▶ _MATERIAL FOR THIS EXERCISE_
▼▼▼
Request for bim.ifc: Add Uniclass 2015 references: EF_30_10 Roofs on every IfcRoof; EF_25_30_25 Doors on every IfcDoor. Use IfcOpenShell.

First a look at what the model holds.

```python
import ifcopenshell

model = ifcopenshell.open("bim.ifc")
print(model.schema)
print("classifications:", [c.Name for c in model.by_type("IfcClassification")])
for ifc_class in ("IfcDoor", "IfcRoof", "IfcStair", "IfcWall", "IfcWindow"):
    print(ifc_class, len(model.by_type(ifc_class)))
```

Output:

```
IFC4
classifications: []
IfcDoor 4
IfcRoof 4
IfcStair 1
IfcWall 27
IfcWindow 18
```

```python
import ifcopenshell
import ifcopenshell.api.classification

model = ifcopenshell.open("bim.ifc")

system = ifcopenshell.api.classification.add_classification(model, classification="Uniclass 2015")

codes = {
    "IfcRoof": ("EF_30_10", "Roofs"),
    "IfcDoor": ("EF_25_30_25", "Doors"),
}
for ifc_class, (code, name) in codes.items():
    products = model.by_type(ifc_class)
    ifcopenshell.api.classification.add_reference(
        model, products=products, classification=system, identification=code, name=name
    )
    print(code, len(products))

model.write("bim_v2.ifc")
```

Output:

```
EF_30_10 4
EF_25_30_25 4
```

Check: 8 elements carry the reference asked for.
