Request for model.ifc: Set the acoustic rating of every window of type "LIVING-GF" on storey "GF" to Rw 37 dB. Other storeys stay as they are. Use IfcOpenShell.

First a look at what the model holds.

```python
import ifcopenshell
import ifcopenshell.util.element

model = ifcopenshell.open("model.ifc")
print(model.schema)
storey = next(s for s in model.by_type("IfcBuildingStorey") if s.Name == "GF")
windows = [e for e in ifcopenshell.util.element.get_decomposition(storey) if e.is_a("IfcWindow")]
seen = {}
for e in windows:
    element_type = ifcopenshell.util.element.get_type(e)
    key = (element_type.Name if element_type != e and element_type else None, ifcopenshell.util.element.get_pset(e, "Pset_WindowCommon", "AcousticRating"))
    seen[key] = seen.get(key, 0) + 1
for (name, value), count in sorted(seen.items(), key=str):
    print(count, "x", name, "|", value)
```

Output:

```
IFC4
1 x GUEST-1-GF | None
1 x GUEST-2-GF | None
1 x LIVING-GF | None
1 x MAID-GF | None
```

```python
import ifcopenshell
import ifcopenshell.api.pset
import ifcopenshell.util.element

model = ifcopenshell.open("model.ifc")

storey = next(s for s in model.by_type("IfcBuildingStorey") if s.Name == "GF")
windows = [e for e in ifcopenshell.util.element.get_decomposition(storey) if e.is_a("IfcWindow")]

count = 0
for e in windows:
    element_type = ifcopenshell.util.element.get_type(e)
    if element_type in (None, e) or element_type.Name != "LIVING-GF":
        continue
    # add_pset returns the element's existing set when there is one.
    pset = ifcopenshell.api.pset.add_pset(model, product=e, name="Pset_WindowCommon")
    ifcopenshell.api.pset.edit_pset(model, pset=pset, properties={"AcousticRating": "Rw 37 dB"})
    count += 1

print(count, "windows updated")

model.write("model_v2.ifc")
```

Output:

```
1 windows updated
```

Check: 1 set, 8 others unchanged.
▲▲▲
▼▼▼
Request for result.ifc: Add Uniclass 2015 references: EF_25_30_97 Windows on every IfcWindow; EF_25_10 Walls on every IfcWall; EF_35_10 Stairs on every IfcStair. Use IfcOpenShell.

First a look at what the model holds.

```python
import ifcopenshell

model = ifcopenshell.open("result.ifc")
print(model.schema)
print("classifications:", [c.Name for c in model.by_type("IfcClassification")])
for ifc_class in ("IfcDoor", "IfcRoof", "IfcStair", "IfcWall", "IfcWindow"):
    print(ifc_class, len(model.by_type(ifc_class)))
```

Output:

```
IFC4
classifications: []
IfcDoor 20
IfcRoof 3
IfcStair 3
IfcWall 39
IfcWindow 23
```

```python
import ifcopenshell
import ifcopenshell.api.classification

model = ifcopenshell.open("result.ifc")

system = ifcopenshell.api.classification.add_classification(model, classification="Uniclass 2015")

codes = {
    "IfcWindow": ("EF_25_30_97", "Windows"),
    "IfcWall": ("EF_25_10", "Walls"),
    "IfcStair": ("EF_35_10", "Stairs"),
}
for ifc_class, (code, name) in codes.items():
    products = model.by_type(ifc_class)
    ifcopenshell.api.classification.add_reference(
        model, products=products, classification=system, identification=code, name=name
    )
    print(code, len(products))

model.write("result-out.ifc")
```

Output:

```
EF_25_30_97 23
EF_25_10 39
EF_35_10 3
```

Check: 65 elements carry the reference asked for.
▲▲▲
▶ _WORK TO COMPLETE_
Where the string "elements" appears in a line of the entries, count that line, and state the total alone.

▶ _ANSWER BOX_
2